There exists a unique function \(Q^\star(s, a)\) that satisfies \begin{align} Q^\star(s, a) = R(s, a) + \gamma \E_{p_{\text{env}}(s’ \given s, a)}\left[\max_{a’} Q^\star(s’, a’)\right]. \label{eq:bellman_optimality} \end{align} We call \eqref{eq:bellman_optimality} the Bellman optimality equation and \(Q^\star(s, a)\) the optimal action-value function.
The Bellman optimality operator \(\mathcal B^\star[Q]\) is given by \begin{align} \mathcal B^\star[Q](s, a) := R(s, a) + \gamma \E_{p_{\text{env}}(s’ \given s, a)}\left[\max_{a’} Q(s’, a’)\right] \label{eq:operator} \end{align} and if we set \(Q_k \leftarrow \mathcal B^\star[Q_{k - 1}]\) for \(k = 1, 2, \dotsc\), \(Q_k\) converges to \(Q^\star\) regardless of the initial \(Q_0\).
The policy \(\pi^\star(a \given s)\) given by \begin{align} \pi^\star(a \given s) = \argmax_{\pi(a \given s)} \E_{\pi(a \given s)}\left[Q^\star(s, a)\right] \label{eq:pi_star} \end{align} is an optimal policy in the sense that \begin{align} V^{\pi^\star}(s) \geq V^\pi(s) \label{eq:opt} \end{align} for any policy \(\pi\) and state \(s\).

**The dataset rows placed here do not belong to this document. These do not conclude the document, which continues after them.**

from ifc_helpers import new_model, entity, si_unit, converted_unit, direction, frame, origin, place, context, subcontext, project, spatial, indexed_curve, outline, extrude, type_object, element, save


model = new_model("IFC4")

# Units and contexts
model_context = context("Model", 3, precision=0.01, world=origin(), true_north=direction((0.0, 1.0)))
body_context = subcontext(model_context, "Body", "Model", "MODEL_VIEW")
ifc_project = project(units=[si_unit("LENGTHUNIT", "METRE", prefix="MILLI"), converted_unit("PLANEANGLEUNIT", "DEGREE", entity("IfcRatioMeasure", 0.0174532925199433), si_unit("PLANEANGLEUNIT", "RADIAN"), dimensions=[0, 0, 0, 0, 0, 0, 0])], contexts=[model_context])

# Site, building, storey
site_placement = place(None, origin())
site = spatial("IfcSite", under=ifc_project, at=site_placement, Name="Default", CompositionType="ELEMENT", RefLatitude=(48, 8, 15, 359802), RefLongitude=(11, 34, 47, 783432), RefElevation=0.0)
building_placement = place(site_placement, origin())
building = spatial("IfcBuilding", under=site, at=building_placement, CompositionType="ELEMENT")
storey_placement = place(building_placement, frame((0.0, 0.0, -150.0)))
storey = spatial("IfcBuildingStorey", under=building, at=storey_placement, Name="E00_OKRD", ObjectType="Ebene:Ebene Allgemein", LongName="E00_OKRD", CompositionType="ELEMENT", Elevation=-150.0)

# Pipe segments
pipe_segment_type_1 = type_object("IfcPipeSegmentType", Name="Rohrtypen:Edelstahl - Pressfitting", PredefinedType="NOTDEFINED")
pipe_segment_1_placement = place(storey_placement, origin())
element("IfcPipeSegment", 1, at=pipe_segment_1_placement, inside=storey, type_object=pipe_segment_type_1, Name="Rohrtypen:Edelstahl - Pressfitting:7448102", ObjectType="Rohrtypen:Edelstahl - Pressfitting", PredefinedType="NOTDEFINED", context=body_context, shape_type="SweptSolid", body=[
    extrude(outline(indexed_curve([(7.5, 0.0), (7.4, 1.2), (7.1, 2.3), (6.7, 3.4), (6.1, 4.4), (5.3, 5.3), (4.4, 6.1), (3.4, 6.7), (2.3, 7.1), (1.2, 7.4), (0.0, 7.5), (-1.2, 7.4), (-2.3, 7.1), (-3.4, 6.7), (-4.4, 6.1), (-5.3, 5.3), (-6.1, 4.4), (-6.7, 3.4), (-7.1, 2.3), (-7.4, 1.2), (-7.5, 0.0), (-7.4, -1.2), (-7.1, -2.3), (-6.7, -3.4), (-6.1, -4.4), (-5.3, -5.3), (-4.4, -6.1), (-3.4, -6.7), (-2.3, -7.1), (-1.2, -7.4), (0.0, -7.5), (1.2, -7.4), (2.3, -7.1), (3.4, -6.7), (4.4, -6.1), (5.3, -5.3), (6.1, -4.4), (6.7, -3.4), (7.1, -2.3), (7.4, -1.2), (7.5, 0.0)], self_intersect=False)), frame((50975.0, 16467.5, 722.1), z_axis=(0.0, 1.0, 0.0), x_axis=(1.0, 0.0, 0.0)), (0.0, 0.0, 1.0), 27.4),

Its action-value function \(Q^{\pi^\star}\) is equal to \(Q^\star\).
As an aside, the greedy policy defined as \begin{align} \pi_g^\star(a \given s) := \delta_{a^\star(s)}(a), \text{ where } a^\star(s) := \argmax_a Q^\star(s, a) \label{eq:pi_g} \end{align} is one solution to the argmax in \eqref{eq:pi_star} but there can be more solutions. See section “What is \(\pi^\star\)” of Policy Improvement Theorem for more discussion.
The claims
directly follow from the contraction mapping theorem which holds if the Bellman optimality operator is a contraction mapping.

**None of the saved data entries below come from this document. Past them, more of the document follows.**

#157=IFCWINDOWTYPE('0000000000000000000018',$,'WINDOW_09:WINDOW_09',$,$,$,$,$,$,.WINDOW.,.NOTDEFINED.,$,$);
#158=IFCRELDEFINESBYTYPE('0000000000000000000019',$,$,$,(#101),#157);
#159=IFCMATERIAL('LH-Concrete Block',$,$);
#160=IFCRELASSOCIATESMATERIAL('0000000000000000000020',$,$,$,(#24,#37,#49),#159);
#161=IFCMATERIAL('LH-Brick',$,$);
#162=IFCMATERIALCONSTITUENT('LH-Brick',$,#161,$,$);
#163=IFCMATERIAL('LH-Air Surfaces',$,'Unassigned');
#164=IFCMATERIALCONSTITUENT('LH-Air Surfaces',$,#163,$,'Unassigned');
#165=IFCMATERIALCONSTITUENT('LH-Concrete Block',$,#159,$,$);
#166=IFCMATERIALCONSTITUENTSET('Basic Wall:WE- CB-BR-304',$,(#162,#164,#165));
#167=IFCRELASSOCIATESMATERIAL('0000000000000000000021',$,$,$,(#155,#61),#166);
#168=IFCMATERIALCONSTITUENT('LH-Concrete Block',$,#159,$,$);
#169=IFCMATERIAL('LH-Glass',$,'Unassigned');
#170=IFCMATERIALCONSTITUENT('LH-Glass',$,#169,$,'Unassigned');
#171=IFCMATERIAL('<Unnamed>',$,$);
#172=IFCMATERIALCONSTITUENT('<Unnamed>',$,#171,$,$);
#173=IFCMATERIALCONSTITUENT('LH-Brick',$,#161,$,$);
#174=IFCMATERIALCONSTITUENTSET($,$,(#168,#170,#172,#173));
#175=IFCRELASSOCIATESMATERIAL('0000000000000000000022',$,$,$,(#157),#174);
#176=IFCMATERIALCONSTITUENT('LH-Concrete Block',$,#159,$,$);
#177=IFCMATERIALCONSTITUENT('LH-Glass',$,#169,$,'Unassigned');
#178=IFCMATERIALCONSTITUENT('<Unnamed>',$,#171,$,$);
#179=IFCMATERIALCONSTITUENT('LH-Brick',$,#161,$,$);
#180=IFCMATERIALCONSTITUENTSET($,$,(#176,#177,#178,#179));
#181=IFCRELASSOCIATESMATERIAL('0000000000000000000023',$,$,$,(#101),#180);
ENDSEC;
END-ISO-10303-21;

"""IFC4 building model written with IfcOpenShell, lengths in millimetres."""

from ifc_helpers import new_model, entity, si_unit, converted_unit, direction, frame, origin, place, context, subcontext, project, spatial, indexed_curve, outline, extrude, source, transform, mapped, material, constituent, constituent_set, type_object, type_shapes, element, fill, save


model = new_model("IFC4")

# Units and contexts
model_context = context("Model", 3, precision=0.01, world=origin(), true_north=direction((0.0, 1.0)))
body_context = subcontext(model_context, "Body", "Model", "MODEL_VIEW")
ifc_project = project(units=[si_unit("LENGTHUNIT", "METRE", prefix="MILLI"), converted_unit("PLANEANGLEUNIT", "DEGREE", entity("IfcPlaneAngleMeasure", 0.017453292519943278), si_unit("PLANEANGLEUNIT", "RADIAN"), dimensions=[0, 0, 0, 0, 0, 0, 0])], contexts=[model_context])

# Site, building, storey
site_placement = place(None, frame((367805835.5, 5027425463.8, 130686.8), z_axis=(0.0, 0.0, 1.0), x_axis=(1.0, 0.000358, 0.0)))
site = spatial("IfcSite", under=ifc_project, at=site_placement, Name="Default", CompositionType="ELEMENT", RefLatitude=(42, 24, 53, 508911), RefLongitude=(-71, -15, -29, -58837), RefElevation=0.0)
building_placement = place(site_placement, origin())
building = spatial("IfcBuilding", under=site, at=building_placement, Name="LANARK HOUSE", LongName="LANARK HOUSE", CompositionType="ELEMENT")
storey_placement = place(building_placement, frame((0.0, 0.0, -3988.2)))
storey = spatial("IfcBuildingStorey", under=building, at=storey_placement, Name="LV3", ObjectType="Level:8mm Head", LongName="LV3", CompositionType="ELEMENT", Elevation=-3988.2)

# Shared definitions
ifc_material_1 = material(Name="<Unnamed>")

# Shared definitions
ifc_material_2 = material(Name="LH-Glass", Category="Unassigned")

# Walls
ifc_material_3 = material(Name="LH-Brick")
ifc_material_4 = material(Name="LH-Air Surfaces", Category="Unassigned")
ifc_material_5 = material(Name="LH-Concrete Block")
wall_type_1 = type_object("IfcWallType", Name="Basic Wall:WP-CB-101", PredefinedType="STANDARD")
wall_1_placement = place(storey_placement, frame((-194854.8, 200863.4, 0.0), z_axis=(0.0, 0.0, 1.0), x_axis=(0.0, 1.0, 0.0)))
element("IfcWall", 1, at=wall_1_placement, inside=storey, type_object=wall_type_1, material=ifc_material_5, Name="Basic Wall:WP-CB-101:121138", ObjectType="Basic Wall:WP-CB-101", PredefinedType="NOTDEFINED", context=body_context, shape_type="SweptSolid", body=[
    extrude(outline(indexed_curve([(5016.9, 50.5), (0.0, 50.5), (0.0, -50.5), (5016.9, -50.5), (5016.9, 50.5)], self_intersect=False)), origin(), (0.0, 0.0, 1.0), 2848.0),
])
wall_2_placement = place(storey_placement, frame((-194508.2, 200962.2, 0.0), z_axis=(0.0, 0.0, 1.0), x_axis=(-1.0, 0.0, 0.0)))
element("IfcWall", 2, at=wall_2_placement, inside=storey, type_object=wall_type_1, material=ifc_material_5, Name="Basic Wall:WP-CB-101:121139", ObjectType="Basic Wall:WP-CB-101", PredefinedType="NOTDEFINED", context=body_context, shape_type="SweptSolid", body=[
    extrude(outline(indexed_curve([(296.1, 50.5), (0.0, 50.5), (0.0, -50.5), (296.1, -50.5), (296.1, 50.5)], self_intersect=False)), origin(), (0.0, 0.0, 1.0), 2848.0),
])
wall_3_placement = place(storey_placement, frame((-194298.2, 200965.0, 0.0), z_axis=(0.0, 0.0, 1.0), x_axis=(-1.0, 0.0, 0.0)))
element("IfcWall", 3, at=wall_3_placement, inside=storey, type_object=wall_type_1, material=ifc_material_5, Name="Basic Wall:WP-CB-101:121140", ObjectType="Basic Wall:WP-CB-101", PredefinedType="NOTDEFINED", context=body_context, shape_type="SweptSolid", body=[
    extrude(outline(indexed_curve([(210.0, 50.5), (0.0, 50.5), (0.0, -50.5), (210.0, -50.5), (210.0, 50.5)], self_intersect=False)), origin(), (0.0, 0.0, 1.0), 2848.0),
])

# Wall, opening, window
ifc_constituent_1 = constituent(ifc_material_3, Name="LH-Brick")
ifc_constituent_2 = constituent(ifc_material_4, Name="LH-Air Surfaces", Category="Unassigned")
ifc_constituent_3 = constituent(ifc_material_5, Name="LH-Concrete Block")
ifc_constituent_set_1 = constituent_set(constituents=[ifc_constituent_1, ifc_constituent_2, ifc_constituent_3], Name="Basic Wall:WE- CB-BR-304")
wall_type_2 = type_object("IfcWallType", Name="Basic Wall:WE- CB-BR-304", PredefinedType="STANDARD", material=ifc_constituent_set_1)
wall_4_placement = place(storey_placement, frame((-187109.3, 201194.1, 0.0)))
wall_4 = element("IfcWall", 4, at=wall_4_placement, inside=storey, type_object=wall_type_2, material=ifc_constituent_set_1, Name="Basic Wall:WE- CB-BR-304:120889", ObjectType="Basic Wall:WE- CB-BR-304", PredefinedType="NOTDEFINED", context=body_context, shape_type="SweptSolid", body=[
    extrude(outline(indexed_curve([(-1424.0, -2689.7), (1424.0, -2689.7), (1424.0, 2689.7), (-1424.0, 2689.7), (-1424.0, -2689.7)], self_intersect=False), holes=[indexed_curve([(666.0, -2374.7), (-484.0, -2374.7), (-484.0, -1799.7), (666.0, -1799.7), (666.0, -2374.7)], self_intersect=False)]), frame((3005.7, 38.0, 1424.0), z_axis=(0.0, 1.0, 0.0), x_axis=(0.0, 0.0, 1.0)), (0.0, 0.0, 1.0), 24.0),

Claim 1. The Bellman optimality operator \(\mathcal B^\star\) is a contraction mapping. That is \begin{align} \left\|\mathcal B^\star[Q] - \mathcal B^\star[U]\right\|_\infty \leq \alpha \|Q - U\|_\infty \label{eq:contraction} \end{align} where \(Q\) and \(U\) are functions mapping from a state-action pair \((s, a)\) to a real number, \(\alpha \in [0, 1)\) is a constant and \(\|f\|_\infty = \max_x f(x)\) is the L-infinity norm of a function \(f(x)\).
To prove this, we’ll make use of the following identity.

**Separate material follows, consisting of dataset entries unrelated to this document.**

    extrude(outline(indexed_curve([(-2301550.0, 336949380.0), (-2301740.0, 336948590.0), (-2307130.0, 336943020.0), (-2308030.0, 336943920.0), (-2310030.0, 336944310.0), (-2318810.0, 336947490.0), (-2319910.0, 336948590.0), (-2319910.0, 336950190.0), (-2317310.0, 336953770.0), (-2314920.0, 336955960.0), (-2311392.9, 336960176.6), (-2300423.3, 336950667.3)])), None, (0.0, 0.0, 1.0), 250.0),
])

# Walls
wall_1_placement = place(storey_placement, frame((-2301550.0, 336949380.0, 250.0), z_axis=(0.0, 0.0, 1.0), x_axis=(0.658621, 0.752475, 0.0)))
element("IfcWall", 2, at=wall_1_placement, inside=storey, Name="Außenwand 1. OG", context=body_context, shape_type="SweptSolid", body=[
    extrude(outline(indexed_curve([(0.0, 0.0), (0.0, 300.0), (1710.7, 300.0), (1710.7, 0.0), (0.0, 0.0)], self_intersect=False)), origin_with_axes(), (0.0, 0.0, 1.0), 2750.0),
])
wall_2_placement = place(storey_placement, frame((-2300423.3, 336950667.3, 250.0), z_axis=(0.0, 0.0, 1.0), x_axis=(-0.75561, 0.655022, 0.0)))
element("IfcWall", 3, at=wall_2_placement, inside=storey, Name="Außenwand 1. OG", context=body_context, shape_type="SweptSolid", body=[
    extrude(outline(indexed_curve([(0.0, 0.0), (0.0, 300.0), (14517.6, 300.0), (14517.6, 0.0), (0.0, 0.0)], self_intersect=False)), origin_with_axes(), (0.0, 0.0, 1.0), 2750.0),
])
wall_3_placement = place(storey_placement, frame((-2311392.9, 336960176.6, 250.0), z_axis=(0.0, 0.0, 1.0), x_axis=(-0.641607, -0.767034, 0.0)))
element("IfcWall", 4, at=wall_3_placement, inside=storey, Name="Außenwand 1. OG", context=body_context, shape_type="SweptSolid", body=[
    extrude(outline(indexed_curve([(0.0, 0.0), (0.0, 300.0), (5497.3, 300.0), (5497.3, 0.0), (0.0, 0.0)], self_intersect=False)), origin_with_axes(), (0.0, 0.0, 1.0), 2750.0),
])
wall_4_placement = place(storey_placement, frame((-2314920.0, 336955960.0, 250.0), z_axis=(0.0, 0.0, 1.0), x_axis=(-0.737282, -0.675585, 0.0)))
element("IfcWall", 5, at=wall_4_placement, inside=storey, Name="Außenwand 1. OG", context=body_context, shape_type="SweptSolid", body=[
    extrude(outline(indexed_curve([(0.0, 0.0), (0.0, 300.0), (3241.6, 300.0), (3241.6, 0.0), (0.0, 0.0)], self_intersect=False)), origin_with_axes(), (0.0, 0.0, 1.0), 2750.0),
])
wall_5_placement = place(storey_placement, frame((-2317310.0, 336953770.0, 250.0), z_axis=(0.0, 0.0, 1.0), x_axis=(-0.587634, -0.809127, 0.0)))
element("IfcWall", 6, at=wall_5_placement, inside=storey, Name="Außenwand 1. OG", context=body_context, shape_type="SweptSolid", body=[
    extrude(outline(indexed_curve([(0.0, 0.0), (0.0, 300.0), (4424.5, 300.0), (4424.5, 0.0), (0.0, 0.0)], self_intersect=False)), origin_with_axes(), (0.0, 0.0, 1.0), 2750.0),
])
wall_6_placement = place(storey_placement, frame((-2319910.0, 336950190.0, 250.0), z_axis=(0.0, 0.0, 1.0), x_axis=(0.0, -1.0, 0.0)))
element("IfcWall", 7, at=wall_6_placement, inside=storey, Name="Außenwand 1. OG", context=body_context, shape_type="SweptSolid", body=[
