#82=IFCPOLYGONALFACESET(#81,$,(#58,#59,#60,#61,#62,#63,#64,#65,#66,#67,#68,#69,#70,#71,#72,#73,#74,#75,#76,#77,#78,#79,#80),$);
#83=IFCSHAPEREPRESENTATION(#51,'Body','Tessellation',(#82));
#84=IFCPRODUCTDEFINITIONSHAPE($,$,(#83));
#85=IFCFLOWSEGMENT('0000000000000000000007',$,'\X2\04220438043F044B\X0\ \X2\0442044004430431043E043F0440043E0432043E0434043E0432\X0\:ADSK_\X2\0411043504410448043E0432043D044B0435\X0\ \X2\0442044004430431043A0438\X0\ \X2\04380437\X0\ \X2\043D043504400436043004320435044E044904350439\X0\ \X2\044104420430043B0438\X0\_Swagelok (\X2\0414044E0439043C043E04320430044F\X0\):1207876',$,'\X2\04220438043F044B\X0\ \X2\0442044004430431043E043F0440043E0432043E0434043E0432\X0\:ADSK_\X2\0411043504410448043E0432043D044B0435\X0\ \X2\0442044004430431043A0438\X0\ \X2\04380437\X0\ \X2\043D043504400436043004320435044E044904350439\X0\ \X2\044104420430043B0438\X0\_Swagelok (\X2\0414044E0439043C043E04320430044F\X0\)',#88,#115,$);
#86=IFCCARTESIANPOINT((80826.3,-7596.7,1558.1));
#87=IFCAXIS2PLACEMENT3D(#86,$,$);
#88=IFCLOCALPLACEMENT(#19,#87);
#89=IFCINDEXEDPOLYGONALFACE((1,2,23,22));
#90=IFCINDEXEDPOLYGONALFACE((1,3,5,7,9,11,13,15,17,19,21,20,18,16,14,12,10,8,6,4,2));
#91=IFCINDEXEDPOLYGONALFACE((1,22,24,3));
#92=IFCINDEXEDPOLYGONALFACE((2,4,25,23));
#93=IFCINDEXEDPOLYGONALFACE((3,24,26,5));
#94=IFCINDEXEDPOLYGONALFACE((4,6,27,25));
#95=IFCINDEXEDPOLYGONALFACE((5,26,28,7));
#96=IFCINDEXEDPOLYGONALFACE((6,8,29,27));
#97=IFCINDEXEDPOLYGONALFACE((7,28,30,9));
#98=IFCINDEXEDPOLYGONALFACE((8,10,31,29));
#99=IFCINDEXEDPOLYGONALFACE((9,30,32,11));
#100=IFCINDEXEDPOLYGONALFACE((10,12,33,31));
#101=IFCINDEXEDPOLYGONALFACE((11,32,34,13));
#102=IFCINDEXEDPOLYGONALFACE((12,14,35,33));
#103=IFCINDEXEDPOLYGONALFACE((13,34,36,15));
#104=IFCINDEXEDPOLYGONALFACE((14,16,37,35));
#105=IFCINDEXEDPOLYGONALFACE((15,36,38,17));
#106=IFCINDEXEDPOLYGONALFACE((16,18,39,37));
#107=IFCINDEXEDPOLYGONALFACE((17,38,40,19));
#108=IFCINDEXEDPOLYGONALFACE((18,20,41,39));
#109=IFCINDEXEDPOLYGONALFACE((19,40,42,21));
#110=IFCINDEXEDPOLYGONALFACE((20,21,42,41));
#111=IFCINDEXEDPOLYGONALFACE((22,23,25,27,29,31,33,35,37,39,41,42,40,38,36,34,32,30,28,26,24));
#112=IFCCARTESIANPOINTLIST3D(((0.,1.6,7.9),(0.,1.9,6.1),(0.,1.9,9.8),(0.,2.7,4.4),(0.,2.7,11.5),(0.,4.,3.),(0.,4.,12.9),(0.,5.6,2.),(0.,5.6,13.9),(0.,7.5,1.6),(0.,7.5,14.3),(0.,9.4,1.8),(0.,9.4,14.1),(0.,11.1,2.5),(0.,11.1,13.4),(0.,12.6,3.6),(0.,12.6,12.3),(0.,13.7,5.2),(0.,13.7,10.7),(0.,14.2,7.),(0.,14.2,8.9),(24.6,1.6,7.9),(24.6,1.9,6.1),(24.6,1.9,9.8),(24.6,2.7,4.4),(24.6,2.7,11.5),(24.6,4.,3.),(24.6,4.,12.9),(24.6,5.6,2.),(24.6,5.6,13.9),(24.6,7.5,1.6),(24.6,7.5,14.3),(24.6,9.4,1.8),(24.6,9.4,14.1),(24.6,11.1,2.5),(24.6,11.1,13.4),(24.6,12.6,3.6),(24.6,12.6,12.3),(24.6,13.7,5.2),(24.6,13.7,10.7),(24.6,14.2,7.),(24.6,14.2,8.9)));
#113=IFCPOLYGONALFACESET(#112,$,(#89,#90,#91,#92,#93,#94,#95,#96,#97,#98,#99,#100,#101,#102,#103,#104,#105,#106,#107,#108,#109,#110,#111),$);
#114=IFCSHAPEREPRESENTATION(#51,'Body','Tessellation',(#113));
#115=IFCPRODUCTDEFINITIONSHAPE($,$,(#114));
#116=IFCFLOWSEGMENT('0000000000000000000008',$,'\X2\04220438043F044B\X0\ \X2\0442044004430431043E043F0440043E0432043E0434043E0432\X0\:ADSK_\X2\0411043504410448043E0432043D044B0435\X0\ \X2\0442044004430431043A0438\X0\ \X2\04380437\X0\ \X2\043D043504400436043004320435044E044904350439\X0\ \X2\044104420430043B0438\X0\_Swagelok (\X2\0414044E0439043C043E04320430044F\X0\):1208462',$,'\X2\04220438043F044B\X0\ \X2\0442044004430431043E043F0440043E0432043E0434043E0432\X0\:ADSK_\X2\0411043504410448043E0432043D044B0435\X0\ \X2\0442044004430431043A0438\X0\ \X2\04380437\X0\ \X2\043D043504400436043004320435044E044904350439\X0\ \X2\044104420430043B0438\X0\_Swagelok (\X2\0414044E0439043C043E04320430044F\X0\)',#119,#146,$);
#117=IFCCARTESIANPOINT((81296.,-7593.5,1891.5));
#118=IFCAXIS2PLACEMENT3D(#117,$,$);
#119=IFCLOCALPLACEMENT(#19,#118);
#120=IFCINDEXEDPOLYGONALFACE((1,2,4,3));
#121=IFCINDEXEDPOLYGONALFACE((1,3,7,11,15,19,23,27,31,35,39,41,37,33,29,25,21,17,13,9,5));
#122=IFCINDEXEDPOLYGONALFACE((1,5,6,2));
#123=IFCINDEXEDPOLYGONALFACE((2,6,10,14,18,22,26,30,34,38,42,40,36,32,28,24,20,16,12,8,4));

Claim 2. For any two real-valued functions \(f(x), g(x)\), \(\max_x f(x) - \max_x g(x) \leq \max_x (f(x) - g(x))\).
Proof of Claim 2. Let \(x^\star = \argmax_x f(x)\). Then
\begin{align}
\text{LHS} &= f(x^\star) - \max_x g(x) \\
&\leq f(x^\star) - g(x^\star) \\
&\leq \text{RHS}.
\end{align}
\(\square\)
Proof of Claim 1.
To show \eqref{eq:contraction},
\begin{align}
\text{LHS}
&= \left\|\text{(reward term)} + \text{(} Q \text{ term)} - \text{(reward term)} - \text{(} U \text{ term)}\right\|_\infty &\text{(sub in \eqref{eq:bellman_optimality})} \\
&= \left\| \gamma \E_{p_{\text{env}}(s’ \given s, a) }\left[\left(\max_{a’} Q(s’, a’)\right) - \left(\max_{a’} U(s’, a’)\right)\right] \right\|_\infty &\text{(cancel reward terms)} \label{eq:start}\\
&\leq \left\| \gamma \E_{p_{\text{env}}(s’ \given s, a) }\left[\max_{a’} \left(Q(s’, a’) - U(s’, a’)\right)\right] \right\|_\infty &\text{(use Claim 2)} \\
&\leq \left\| \gamma \E_{p_{\text{env}}(s’ \given s, a) }\left[\max_{s’’} \max_{a’} \left(Q(s’’, a’) - U(s’’, a’)\right)\right] \right\|_\infty &\text{(}\max_x f(x) \geq f(x’) \text{ for all } x’\text{)} \\
&= \left\| \gamma \E_{p_{\text{env}}(s’ \given s, a) }\left[\max_{(s’’, a’)} \left(Q(s’’, a’) - U(s’’, a’)\right)\right] \right\|_\infty &\text{(}\max_x \max_y f(x, y) = \max_{(x, y)} f(x, y)\text{)} \\
&= \left\| \gamma \E_{p_{\text{env}}(s’ \given s, a) }\left[ \| Q - U\|_\infty \right] \right\|_\infty &\text{(definition of the norm)} \\
&= \left\| \gamma \| Q - U\|_\infty \right\|_\infty &\text{(expectation of a constant function is constant)} \label{eq:end}\\
&= \gamma \| Q - U\|_\infty &\text{(norm of a constant function is constant)} \\
&= \text{RHS},
\end{align}
noting that in \eqref{eq:start}–\eqref{eq:end}, we inaccurately use \(\|f(x)\|_\infty\) to mean \(\|x \mapsto f(x)\|_\infty\) for convenience.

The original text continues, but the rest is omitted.